A miner cartel, to be made of, say, 20 entities, is way, way, way easier to form than a user cartel, made of millions of new users/buyers.  In any  case, if such a cartel is working, the system has lost its decentralized aspect.  

Only time will tell. A "user cartel" may be easier to form since the exchanges and
services are the proxies to the users, in this particular case of USAF. The exchanges
and services are incentivized to follow their users, not the "miner cartel". But, it is
true that the "Miner cartel" could organize faster and take action before a "User cartel"
could ever do.



The only thing that is still holding back the power of miners, is the visible incapacity of them finding a decent group of developers.  That's scary because a crypto is not really a big or difficult software project once you lay out the protocol to implement.

I disagree.
Even if the miners got the world's best developers on their payroll or "took over
the reference client" and implemented rules without the non-mining consensus
(violation and thus an attack by default), then all the non-mining subsystems will
just stop participating in that version of Bitcoin. Some exchanges (some controlled
by the miners themselves) will still sell that token as they come in from "leaving
users" and new ignorant ones, but the community overall will leave and its users
and token value will be near worthless. Majority of the crypto-community will at
that point move to another Bitcoin implementation or an altcoin that is ASIC resistant.

---

The major disagreement I have with your overall argument is that you wish to change
Bitcoin back into the Whitepaper version that Satoshi understood had a fatal flaw.
He implemented the 1MB Cap to balance the problems his lack of foresight anticipated
and then "placated" the dissenters who understood what the far reaching consequences
of this patch would be. They made appropriate arguments to him and tried to
convince him that over time it would be almost impossible to remove. Satoshi
understood that since he intended a future freeze, but listened and decided that
the patch was more important.
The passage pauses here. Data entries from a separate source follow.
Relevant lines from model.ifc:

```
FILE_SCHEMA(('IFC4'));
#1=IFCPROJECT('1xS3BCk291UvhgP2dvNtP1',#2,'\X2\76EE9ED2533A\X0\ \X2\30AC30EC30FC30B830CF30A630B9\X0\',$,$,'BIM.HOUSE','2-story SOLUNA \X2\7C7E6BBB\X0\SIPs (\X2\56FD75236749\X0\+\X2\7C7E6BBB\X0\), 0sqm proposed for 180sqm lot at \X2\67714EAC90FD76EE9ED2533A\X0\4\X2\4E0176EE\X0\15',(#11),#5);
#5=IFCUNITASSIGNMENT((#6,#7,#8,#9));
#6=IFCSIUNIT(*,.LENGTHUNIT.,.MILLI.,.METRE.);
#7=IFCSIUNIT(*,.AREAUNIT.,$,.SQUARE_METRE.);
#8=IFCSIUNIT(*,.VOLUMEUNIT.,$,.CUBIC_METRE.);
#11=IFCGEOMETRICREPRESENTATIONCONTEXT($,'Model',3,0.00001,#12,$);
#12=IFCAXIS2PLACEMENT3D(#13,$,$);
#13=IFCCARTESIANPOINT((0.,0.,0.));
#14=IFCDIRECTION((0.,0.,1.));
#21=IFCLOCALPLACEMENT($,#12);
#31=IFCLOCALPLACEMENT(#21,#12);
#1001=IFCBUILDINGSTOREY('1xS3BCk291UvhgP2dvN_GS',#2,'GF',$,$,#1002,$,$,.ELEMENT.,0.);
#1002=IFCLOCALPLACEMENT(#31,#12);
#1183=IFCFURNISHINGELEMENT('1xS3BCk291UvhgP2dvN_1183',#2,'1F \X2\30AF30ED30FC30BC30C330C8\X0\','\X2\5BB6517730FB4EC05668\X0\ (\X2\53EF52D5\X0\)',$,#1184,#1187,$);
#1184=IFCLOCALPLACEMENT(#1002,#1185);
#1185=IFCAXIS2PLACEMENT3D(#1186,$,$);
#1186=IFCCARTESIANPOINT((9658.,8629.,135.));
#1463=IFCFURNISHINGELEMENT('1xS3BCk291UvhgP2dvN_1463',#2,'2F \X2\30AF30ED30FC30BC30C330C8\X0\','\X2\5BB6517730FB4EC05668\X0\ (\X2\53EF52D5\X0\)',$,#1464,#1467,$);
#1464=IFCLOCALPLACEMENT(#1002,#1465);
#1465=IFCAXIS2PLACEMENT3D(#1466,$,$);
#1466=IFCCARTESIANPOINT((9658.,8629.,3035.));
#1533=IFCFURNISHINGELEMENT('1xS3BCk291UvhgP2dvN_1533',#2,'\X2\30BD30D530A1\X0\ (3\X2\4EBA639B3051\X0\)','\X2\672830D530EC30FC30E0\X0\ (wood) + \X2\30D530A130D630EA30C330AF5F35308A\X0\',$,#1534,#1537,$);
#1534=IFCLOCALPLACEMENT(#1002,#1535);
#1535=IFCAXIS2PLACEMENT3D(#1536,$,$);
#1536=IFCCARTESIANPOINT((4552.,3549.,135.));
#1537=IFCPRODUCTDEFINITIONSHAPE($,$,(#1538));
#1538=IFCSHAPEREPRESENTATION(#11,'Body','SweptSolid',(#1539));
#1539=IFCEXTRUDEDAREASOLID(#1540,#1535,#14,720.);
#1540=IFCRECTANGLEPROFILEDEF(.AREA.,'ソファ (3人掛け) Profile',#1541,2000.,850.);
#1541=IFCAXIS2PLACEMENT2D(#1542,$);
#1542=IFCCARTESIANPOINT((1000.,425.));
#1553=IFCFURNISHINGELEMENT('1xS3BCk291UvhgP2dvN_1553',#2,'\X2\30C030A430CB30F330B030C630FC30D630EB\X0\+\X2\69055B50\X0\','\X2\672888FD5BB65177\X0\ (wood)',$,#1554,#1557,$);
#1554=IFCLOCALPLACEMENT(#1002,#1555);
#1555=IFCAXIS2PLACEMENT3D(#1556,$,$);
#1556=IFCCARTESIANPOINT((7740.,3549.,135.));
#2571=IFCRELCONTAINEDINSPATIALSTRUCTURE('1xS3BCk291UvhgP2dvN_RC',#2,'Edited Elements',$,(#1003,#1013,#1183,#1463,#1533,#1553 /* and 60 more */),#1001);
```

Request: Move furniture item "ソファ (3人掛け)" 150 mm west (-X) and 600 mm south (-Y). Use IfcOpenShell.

```python
import ifcopenshell
import ifcopenshell.api.geometry
import ifcopenshell.util.placement

model = ifcopenshell.open("model.ifc")

item = model.by_id(1533)
matrix = ifcopenshell.util.placement.get_local_placement(item.ObjectPlacement)
matrix[0, 3] -= 150.0
matrix[1, 3] -= 600.0
ifcopenshell.api.geometry.edit_object_placement(model, product=item, matrix=matrix, is_si=False)

print(ifcopenshell.util.placement.get_local_placement(item.ObjectPlacement).round(3) + 0.0)

model.write("model_edited.ifc")
```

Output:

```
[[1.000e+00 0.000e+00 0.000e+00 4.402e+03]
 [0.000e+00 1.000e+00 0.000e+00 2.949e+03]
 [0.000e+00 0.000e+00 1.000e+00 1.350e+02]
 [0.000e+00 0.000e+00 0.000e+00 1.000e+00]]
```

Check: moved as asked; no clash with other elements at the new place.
The consequences was that the original experiment
from the whitepaper was restricted (or died) when the 1MB Cap became the main
chain. Then the new experiment began using independently decentralized non-mining
verifying Nodes to share the "Consensus" for serious rule set changes. It has been
that way since. It is that simple. Majority of your arguments about game theory,
decentralization, anarchism, markets determine protocol, and emergence has not
applied to Bitcoin, if it ever did, since 2010. The truth is Satoshi changed his mind
& version of the Whitepaper within 1 year of testing and never made it plainly
obvious through written gospel for certain ideological participants to digest.
Majority of those people only started understanding this around late 2015.